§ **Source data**

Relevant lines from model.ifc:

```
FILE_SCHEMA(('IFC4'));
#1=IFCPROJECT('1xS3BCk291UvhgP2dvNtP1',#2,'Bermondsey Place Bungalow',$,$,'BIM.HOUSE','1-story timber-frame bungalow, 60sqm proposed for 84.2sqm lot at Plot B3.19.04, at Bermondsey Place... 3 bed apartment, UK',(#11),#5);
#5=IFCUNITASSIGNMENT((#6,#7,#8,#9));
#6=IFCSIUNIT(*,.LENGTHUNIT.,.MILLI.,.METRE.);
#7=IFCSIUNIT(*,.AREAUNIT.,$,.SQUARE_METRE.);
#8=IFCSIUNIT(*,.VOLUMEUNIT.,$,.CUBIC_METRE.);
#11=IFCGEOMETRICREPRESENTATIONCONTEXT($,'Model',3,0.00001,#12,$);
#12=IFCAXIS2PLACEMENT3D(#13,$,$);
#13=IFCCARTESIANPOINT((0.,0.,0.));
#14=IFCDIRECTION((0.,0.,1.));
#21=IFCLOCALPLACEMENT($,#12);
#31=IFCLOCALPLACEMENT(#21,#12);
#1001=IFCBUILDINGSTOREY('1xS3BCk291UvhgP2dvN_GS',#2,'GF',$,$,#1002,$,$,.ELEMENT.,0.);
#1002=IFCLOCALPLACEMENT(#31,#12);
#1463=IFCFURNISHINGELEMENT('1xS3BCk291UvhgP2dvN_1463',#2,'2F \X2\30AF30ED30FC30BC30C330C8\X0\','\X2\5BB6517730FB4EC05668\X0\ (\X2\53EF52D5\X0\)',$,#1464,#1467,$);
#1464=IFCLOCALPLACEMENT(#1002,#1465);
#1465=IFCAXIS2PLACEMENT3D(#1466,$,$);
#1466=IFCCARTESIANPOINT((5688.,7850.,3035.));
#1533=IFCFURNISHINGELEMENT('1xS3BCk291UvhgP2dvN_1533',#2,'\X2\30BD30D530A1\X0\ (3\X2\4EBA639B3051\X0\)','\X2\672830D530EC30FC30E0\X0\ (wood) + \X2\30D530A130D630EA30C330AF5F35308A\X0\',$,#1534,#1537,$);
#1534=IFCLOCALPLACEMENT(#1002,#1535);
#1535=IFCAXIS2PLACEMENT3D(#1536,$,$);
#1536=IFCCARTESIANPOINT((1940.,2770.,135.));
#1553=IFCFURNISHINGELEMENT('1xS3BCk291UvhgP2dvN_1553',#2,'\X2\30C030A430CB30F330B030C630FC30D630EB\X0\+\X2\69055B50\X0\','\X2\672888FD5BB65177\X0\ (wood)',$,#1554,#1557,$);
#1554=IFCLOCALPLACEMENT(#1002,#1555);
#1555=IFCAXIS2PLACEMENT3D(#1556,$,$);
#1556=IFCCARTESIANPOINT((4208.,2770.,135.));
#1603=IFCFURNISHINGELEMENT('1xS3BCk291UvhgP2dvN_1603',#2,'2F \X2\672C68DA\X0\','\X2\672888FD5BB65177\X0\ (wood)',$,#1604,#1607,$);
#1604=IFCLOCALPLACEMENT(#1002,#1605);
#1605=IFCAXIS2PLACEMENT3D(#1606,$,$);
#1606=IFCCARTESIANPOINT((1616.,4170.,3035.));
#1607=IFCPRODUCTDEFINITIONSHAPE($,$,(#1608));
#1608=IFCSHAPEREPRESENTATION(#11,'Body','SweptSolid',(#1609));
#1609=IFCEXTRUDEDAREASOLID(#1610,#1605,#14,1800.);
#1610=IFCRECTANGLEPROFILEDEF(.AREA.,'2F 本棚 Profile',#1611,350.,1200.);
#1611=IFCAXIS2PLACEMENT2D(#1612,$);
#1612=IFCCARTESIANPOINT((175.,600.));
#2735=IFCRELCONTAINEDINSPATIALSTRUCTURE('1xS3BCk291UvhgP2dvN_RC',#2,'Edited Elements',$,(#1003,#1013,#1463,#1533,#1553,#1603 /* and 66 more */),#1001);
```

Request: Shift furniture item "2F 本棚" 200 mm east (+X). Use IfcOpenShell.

```python
import ifcopenshell
import ifcopenshell.api.geometry
import ifcopenshell.util.placement
import ifcopenshell.util.unit

model = ifcopenshell.open("model.ifc")
unit_scale = ifcopenshell.util.unit.calculate_unit_scale(model)

item = model.by_id(1603)
matrix = ifcopenshell.util.placement.get_local_placement(item.ObjectPlacement)
matrix[0, 3] += 0.2 / unit_scale
ifcopenshell.api.geometry.edit_object_placement(model, product=item, matrix=matrix, is_si=False)

print(ifcopenshell.util.placement.get_local_placement(item.ObjectPlacement).round(3) + 0.0)

model.write("model_rev.ifc")
```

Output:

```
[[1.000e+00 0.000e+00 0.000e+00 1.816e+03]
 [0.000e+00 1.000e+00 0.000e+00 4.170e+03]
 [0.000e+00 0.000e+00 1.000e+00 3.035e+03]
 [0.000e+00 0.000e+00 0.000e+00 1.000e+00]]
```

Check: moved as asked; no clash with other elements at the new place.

§ **WORK INSTRUCTION**
Reproduce exactly the lines from the one containing "Request: Shift furniture" through the last line of the records, both included, and nothing else.

§ **OUTPUT OF THE TASK**
Request: Shift furniture item "2F 本棚" 200 mm east (+X). Use IfcOpenShell.

```python
import ifcopenshell
import ifcopenshell.api.geometry
import ifcopenshell.util.placement
import ifcopenshell.util.unit

model = ifcopenshell.open("model.ifc")
unit_scale = ifcopenshell.util.unit.calculate_unit_scale(model)

item = model.by_id(1603)
matrix = ifcopenshell.util.placement.get_local_placement(item.ObjectPlacement)
matrix[0, 3] += 0.2 / unit_scale
ifcopenshell.api.geometry.edit_object_placement(model, product=item, matrix=matrix, is_si=False)

print(ifcopenshell.util.placement.get_local_placement(item.ObjectPlacement).round(3) + 0.0)

model.write("model_rev.ifc")
```

Output:

```
[[1.000e+00 0.000e+00 0.000e+00 1.816e+03]
 [0.000e+00 1.000e+00 0.000e+00 4.170e+03]
 [0.000e+00 0.000e+00 1.000e+00 3.035e+03]
 [0.000e+00 0.000e+00 0.000e+00 1.000e+00]]
```

Check: moved as asked; no clash with other elements at the new place.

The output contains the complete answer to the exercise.